[[ Supplied data open ]]

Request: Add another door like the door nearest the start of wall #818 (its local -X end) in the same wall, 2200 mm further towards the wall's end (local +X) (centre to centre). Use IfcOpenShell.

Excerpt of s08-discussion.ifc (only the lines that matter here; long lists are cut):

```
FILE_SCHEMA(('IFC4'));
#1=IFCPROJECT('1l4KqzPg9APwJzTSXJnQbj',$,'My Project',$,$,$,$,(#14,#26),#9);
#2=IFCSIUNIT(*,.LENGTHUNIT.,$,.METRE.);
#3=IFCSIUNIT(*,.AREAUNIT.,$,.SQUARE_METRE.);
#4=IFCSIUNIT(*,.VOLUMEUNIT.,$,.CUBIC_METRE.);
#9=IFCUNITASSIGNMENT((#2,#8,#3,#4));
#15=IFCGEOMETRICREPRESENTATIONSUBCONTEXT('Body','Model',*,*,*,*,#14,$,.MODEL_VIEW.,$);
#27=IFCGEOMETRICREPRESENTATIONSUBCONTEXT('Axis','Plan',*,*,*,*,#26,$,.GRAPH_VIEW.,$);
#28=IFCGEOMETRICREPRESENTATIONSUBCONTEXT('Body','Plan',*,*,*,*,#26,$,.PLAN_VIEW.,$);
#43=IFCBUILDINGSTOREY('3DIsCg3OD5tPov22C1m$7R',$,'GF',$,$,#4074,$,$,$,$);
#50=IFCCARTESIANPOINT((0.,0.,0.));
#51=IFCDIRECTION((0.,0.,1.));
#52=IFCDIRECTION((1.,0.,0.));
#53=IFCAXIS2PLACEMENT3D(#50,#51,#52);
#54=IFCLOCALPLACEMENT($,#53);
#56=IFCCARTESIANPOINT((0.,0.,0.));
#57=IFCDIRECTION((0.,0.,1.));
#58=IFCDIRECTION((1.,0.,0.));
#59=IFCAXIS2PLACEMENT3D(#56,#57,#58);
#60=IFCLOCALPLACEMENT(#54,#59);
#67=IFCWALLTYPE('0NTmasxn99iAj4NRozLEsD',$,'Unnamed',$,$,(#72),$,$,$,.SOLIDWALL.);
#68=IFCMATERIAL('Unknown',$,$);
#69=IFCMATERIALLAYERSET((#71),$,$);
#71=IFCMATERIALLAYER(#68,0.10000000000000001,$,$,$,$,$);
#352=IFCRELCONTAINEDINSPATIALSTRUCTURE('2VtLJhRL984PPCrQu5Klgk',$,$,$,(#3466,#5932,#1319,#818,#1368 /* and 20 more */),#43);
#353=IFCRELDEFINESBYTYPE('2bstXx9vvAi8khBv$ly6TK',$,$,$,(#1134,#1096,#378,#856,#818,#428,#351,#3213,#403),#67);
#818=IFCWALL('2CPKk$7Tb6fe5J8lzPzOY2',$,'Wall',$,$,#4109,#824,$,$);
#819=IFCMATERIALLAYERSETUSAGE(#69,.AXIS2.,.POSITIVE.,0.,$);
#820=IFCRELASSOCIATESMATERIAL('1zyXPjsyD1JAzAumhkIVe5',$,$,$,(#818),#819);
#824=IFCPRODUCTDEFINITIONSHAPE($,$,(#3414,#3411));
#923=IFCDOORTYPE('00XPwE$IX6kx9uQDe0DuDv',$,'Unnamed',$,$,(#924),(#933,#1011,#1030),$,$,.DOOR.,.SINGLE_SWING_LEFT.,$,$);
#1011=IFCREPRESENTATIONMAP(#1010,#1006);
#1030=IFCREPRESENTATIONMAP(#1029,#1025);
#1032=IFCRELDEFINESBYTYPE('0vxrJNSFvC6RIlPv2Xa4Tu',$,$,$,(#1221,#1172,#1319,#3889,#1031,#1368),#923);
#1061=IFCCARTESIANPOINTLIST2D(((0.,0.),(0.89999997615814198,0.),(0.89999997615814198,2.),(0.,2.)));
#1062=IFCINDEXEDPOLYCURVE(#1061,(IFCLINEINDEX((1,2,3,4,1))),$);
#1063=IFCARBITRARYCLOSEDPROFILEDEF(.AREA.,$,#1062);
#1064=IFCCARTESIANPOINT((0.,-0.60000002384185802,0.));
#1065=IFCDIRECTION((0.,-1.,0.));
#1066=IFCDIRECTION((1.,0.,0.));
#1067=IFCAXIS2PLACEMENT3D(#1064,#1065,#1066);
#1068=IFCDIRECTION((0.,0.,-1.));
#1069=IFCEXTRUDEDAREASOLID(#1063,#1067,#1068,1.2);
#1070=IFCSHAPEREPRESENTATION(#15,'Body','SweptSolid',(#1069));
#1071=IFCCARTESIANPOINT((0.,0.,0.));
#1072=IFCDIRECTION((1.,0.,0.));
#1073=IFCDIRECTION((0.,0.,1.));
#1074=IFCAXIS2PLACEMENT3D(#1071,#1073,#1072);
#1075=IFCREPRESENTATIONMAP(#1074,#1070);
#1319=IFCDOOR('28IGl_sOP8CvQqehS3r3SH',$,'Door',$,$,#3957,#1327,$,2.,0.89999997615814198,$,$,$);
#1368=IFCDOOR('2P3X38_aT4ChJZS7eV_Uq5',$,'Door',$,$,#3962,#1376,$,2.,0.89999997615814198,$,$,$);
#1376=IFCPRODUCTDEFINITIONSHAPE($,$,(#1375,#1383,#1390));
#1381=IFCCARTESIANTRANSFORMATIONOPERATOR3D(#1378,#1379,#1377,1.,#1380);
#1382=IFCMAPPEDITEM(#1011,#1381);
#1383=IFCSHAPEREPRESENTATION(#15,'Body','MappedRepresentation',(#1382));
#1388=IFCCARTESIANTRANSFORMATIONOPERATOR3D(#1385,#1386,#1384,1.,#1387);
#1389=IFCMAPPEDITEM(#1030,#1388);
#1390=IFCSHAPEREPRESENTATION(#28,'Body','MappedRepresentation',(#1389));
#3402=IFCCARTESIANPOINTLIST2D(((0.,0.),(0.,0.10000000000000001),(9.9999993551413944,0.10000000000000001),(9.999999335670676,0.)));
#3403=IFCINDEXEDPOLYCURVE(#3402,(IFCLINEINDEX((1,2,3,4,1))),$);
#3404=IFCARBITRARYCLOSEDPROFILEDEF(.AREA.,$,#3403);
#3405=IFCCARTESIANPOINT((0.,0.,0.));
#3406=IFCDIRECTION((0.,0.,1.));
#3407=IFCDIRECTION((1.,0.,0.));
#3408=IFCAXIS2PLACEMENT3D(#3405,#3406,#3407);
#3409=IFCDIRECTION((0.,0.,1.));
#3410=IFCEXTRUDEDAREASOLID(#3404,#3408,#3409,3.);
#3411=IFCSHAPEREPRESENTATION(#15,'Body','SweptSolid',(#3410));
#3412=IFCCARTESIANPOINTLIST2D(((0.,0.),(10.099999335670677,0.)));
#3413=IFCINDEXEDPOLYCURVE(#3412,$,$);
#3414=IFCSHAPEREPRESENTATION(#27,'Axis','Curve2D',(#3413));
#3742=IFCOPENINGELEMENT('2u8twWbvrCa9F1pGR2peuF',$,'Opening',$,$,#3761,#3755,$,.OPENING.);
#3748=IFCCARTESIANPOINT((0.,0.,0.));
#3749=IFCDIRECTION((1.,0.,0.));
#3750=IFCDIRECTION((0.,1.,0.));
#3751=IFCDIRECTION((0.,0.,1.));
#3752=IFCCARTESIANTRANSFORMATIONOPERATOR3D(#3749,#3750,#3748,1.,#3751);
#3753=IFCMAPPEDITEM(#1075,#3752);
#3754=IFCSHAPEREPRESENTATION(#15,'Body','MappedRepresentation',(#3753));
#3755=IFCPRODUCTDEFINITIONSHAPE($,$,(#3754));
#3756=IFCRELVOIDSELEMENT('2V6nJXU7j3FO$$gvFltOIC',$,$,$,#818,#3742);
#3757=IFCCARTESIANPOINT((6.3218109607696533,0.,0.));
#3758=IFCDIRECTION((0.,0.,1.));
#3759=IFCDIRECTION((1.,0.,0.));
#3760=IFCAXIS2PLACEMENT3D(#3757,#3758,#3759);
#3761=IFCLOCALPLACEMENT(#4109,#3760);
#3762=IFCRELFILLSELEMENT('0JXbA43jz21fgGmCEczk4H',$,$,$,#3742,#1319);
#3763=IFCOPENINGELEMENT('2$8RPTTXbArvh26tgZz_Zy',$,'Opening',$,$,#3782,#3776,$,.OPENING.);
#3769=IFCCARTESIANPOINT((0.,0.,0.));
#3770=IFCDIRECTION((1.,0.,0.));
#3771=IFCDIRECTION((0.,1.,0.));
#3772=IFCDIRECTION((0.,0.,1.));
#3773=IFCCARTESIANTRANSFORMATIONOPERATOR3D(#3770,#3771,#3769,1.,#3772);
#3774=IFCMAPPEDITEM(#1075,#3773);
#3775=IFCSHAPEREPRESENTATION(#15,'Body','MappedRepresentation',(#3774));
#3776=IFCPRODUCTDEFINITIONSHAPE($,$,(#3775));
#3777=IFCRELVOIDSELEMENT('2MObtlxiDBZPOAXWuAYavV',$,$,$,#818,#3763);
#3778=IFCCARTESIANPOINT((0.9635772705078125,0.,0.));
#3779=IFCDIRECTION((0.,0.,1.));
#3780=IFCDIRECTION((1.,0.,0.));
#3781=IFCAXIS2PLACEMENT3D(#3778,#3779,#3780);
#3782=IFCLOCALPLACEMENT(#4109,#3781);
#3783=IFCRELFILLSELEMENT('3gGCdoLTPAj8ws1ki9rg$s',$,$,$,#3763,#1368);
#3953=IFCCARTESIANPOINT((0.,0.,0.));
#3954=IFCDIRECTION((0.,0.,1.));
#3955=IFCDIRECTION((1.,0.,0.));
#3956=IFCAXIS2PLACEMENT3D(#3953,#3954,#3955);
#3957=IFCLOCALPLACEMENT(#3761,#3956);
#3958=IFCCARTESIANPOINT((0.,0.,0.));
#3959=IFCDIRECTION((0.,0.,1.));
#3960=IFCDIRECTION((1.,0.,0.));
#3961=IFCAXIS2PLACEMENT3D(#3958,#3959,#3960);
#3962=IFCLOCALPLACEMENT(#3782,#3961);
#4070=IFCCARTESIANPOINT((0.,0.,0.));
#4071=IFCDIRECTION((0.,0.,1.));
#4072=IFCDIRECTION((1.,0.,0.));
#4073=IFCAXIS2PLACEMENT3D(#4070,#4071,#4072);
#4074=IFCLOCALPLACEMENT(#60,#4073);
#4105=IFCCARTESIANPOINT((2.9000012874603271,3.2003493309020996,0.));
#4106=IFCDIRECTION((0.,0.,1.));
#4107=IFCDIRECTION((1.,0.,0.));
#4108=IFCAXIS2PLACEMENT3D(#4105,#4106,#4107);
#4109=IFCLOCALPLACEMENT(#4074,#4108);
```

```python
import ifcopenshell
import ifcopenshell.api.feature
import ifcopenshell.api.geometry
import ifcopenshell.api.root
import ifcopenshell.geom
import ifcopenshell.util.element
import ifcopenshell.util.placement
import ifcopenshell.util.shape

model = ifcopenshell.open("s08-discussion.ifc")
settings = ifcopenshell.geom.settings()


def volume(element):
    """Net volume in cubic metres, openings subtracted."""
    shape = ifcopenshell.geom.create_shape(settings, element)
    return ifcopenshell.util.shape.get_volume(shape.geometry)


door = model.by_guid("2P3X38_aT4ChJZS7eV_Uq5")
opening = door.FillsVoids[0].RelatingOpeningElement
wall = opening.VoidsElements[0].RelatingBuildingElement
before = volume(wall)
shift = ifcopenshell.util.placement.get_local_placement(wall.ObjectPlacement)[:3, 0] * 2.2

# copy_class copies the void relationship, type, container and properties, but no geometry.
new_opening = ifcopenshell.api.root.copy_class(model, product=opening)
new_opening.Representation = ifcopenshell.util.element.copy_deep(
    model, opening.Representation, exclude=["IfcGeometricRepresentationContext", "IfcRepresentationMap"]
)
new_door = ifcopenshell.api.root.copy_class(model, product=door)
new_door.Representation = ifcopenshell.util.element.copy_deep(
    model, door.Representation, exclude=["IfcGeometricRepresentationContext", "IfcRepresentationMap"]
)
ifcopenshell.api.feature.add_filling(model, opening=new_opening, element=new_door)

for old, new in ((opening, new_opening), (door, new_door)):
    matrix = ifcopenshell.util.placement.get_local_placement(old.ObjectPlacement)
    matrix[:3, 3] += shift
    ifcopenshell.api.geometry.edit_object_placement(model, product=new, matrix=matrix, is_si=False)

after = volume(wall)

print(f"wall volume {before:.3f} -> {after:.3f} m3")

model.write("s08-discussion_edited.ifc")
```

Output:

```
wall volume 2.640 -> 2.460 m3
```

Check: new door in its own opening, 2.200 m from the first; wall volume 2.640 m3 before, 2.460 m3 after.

[[ Supplied data closed ]]
[[ Supplied data open ]]

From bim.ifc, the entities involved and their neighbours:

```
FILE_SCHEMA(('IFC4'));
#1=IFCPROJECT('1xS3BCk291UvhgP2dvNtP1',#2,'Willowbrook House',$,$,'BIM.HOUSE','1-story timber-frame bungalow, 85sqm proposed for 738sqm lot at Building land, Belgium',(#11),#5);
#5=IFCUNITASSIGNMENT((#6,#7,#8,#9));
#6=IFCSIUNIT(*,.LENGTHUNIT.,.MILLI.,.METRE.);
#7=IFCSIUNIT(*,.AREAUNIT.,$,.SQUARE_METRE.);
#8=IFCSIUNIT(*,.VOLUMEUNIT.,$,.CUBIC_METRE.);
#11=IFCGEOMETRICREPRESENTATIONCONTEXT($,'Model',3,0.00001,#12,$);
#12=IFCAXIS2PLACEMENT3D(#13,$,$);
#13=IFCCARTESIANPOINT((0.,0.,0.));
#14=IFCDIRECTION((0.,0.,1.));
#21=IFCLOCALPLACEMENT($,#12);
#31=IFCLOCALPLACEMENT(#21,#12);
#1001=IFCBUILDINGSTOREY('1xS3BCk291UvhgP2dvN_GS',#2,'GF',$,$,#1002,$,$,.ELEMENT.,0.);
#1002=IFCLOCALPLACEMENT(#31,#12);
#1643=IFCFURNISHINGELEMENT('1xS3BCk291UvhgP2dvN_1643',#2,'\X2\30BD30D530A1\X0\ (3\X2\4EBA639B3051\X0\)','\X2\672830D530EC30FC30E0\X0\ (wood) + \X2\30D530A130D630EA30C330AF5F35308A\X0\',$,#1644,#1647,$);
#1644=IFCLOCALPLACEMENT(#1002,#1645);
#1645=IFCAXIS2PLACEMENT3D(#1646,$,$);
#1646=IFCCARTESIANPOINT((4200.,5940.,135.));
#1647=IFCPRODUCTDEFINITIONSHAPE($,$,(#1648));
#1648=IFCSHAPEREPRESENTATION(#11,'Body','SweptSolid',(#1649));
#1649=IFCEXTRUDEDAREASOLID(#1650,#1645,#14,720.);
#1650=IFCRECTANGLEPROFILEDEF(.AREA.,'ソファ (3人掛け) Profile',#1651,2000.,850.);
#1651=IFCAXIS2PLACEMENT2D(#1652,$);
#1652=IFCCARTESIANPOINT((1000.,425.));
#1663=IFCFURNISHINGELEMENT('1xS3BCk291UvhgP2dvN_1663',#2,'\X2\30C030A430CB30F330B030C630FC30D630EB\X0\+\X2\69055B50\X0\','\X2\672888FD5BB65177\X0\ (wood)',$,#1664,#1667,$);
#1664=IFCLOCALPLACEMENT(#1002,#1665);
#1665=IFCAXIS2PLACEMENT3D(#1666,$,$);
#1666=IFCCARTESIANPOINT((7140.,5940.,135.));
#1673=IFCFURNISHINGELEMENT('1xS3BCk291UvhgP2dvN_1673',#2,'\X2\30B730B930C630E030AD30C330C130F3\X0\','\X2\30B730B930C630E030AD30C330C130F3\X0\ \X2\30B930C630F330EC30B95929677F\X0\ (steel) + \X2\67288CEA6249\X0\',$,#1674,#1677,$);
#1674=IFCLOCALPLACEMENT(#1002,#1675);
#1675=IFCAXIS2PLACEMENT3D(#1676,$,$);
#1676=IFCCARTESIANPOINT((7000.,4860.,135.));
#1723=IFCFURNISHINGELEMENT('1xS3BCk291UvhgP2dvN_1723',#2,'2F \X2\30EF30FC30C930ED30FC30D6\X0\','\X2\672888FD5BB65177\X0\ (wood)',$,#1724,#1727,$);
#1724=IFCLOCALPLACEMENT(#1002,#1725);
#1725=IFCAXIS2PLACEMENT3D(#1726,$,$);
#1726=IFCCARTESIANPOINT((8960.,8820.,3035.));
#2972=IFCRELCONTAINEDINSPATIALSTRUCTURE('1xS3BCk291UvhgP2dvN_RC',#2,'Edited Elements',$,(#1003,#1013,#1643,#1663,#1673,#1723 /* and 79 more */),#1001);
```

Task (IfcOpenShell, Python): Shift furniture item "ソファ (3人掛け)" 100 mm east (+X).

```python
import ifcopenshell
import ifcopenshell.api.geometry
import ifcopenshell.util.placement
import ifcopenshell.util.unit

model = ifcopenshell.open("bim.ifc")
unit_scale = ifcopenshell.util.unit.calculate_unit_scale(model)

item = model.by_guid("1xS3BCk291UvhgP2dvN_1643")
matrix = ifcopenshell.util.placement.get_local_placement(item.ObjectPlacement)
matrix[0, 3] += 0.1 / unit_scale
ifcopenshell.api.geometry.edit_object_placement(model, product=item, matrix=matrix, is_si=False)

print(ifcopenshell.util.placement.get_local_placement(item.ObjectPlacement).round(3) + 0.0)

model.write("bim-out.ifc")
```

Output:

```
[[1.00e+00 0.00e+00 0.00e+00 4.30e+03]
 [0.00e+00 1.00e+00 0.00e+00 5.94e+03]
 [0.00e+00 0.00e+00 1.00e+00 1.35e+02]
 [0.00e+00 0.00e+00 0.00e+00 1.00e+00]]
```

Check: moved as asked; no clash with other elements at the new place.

[[ Supplied data closed ]]
[[ Supplied data open ]]

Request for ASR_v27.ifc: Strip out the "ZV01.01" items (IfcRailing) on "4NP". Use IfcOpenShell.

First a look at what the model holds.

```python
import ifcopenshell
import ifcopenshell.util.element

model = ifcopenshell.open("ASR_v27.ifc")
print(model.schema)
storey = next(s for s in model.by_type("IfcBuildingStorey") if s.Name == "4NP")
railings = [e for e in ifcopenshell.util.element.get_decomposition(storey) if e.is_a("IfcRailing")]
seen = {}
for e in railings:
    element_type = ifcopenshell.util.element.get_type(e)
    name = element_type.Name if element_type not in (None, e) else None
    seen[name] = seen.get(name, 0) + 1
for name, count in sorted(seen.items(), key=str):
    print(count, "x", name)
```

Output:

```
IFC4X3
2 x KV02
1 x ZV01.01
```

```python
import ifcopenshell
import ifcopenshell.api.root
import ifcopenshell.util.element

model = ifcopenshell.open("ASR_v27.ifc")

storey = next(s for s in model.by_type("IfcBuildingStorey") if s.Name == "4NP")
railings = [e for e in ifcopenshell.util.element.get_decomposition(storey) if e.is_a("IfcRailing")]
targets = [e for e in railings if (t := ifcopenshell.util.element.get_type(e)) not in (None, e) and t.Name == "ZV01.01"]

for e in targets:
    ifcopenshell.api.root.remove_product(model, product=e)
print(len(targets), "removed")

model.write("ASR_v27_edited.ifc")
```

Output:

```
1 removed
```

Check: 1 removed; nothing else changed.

[[ Supplied data closed ]]

▸ **What you will do**: Say the number of data lines holding "IFCRELVOIDSELEMENT", without any other words.

▸ **Response**: 2